> **Work to complete**
After locating the line that contains "#100=IFCINDEXEDPOLYGONALFACE((1,2,4,3));" in the data below, set down exactly that line and each one after it through the line that contains "#128=IFCINDEXEDPOLYGONALFACE((1,2,4,3));", and nothing more.

*** Opening of Available data ***

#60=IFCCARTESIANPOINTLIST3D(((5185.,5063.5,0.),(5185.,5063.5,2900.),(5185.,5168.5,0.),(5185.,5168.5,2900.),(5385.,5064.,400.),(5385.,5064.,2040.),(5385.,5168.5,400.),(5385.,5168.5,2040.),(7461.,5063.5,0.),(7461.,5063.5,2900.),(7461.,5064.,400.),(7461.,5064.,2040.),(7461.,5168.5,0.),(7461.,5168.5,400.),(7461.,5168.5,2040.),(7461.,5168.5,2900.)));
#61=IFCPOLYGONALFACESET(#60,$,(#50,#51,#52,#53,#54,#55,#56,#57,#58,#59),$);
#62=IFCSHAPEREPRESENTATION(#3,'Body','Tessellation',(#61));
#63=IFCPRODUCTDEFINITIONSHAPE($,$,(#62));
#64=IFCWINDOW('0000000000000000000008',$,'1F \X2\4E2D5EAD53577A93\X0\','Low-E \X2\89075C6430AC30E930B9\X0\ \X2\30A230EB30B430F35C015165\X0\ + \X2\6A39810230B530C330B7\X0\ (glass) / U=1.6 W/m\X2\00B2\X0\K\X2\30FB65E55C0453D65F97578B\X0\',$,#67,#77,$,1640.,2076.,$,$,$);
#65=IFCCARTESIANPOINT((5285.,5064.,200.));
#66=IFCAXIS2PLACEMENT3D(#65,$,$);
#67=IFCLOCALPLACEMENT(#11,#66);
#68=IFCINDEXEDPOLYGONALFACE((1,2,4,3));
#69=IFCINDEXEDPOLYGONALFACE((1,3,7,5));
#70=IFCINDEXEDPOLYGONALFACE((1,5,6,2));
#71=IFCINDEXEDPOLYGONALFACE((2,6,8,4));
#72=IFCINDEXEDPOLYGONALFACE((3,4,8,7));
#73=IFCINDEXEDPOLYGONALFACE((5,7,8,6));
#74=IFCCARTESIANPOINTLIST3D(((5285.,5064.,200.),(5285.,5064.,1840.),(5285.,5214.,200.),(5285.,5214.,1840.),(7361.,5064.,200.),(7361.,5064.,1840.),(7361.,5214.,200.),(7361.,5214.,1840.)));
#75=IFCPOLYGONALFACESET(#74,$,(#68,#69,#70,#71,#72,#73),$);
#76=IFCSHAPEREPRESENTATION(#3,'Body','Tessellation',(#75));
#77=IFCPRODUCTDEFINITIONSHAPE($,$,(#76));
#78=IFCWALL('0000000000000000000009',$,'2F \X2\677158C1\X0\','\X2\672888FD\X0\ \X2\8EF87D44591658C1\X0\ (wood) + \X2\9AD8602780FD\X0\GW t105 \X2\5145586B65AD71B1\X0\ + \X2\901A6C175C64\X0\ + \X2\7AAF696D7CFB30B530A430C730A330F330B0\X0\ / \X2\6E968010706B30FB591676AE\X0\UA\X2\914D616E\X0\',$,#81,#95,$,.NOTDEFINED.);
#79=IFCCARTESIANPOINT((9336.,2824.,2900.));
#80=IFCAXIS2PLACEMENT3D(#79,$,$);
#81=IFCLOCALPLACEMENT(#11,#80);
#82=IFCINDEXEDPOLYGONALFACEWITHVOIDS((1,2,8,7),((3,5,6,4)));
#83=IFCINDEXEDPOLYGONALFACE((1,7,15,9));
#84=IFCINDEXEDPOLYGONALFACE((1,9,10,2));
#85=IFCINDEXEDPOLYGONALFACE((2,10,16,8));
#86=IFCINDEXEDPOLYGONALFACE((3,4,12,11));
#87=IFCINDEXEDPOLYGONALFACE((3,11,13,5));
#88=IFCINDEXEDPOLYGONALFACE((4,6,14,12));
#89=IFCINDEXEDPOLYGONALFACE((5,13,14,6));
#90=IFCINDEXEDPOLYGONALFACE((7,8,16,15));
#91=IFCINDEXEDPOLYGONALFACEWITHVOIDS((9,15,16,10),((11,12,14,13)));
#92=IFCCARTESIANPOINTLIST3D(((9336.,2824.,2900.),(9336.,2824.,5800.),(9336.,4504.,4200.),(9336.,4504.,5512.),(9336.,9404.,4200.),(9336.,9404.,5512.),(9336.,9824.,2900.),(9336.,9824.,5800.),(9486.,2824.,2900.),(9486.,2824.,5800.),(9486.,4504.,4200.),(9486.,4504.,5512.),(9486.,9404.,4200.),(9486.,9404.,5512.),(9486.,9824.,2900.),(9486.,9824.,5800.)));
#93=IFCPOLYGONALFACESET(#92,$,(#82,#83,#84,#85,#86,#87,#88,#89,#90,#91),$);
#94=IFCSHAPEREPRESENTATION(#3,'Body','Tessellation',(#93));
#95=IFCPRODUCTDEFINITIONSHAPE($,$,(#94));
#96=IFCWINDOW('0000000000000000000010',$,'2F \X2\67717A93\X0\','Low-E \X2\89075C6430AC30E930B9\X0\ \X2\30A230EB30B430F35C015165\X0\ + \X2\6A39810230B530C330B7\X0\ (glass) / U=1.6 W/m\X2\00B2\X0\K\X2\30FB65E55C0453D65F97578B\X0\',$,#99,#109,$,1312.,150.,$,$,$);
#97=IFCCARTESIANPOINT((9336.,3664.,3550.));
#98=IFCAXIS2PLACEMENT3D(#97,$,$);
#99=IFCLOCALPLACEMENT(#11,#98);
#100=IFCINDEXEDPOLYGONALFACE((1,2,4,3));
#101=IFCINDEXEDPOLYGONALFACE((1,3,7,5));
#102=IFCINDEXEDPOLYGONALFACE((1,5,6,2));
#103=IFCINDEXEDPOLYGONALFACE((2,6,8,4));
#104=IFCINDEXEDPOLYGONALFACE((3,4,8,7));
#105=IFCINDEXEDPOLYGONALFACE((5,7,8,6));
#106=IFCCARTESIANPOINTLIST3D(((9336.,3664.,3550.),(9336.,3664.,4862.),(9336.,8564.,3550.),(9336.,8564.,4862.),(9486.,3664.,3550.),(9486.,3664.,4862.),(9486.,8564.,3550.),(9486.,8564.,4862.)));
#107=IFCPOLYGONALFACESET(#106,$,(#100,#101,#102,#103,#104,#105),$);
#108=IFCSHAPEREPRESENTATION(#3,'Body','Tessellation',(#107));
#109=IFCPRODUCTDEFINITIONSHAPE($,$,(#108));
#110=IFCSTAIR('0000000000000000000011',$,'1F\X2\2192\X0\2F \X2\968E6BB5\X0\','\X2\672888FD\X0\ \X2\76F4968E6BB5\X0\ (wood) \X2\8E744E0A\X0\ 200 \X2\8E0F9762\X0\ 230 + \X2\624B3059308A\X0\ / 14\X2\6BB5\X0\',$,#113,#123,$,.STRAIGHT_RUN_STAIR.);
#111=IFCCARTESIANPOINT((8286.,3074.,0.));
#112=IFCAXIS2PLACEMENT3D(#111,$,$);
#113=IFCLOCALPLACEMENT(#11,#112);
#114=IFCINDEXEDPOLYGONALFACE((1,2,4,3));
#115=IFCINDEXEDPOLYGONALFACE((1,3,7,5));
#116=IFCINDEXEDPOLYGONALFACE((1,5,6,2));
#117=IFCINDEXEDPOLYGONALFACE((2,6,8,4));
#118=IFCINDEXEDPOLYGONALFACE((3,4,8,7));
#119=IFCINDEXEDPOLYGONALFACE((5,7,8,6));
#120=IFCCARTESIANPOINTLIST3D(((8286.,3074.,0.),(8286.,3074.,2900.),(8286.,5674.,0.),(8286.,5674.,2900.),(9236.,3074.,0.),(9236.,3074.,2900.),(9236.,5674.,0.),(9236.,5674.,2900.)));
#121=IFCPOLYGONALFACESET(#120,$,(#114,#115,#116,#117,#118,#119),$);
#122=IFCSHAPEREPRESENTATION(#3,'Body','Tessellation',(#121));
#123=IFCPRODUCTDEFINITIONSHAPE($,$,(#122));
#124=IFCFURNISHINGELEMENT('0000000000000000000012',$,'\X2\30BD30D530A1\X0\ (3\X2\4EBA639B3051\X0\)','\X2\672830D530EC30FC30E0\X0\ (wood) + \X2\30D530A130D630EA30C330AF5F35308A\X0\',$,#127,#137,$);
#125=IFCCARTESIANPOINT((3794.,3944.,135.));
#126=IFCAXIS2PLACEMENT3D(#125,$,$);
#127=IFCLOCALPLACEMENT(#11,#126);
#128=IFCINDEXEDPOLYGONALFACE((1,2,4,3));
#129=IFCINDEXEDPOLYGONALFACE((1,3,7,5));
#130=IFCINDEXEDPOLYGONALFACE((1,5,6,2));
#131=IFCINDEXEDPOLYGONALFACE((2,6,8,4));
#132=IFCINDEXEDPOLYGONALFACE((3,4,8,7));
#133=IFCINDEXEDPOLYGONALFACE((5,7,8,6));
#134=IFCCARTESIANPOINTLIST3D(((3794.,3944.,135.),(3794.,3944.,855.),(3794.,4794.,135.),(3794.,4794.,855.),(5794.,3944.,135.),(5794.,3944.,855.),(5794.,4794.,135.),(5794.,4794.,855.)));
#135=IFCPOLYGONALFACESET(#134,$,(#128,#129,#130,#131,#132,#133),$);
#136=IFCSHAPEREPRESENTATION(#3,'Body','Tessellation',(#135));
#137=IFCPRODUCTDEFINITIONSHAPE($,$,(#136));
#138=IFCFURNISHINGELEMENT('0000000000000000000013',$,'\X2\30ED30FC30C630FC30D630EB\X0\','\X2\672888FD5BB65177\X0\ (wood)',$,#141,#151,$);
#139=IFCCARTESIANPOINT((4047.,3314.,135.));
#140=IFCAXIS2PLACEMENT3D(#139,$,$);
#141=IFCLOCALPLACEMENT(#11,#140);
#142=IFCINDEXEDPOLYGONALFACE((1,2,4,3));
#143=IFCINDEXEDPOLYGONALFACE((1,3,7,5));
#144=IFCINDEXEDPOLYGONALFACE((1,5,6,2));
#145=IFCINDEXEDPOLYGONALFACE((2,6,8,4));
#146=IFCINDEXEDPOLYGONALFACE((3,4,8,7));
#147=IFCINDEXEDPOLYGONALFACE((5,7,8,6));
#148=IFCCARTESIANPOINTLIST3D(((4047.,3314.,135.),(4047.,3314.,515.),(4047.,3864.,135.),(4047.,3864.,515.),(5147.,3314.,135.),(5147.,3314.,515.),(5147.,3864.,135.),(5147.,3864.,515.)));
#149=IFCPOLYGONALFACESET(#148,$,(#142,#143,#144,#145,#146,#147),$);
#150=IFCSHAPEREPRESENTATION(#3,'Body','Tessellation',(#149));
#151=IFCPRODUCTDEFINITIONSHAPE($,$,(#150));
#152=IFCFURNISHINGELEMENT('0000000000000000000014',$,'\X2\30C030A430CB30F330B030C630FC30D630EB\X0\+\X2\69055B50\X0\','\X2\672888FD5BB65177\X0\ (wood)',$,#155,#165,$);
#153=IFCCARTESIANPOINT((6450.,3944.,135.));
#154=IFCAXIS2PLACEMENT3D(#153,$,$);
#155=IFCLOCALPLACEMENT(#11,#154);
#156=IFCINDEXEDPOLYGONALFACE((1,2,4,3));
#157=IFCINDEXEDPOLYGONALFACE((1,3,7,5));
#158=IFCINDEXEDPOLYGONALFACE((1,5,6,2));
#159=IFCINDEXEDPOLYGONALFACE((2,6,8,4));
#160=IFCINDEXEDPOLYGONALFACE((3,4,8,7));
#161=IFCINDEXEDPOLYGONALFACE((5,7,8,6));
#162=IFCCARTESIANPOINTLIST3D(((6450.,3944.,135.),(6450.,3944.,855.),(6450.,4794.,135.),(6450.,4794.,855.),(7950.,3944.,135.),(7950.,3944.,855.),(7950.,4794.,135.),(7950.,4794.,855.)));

*** Close of Available data ***

> **Your response**
#100=IFCINDEXEDPOLYGONALFACE((1,2,4,3));
#101=IFCINDEXEDPOLYGONALFACE((1,3,7,5));
#102=IFCINDEXEDPOLYGONALFACE((1,5,6,2));
#103=IFCINDEXEDPOLYGONALFACE((2,6,8,4));
#104=IFCINDEXEDPOLYGONALFACE((3,4,8,7));
#105=IFCINDEXEDPOLYGONALFACE((5,7,8,6));
#106=IFCCARTESIANPOINTLIST3D(((9336.,3664.,3550.),(9336.,3664.,4862.),(9336.,8564.,3550.),(9336.,8564.,4862.),(9486.,3664.,3550.),(9486.,3664.,4862.),(9486.,8564.,3550.),(9486.,8564.,4862.)));
#107=IFCPOLYGONALFACESET(#106,$,(#100,#101,#102,#103,#104,#105),$);
#108=IFCSHAPEREPRESENTATION(#3,'Body','Tessellation',(#107));
#109=IFCPRODUCTDEFINITIONSHAPE($,$,(#108));
#110=IFCSTAIR('0000000000000000000011',$,'1F\X2\2192\X0\2F \X2\968E6BB5\X0\','\X2\672888FD\X0\ \X2\76F4968E6BB5\X0\ (wood) \X2\8E744E0A\X0\ 200 \X2\8E0F9762\X0\ 230 + \X2\624B3059308A\X0\ / 14\X2\6BB5\X0\',$,#113,#123,$,.STRAIGHT_RUN_STAIR.);
#111=IFCCARTESIANPOINT((8286.,3074.,0.));
#112=IFCAXIS2PLACEMENT3D(#111,$,$);
#113=IFCLOCALPLACEMENT(#11,#112);
#114=IFCINDEXEDPOLYGONALFACE((1,2,4,3));
#115=IFCINDEXEDPOLYGONALFACE((1,3,7,5));
#116=IFCINDEXEDPOLYGONALFACE((1,5,6,2));
#117=IFCINDEXEDPOLYGONALFACE((2,6,8,4));
#118=IFCINDEXEDPOLYGONALFACE((3,4,8,7));
#119=IFCINDEXEDPOLYGONALFACE((5,7,8,6));
#120=IFCCARTESIANPOINTLIST3D(((8286.,3074.,0.),(8286.,3074.,2900.),(8286.,5674.,0.),(8286.,5674.,2900.),(9236.,3074.,0.),(9236.,3074.,2900.),(9236.,5674.,0.),(9236.,5674.,2900.)));
#121=IFCPOLYGONALFACESET(#120,$,(#114,#115,#116,#117,#118,#119),$);
#122=IFCSHAPEREPRESENTATION(#3,'Body','Tessellation',(#121));
#123=IFCPRODUCTDEFINITIONSHAPE($,$,(#122));
#124=IFCFURNISHINGELEMENT('0000000000000000000012',$,'\X2\30BD30D530A1\X0\ (3\X2\4EBA639B3051\X0\)','\X2\672830D530EC30FC30E0\X0\ (wood) + \X2\30D530A130D630EA30C330AF5F35308A\X0\',$,#127,#137,$);
#125=IFCCARTESIANPOINT((3794.,3944.,135.));
#126=IFCAXIS2PLACEMENT3D(#125,$,$);
#127=IFCLOCALPLACEMENT(#11,#126);
#128=IFCINDEXEDPOLYGONALFACE((1,2,4,3));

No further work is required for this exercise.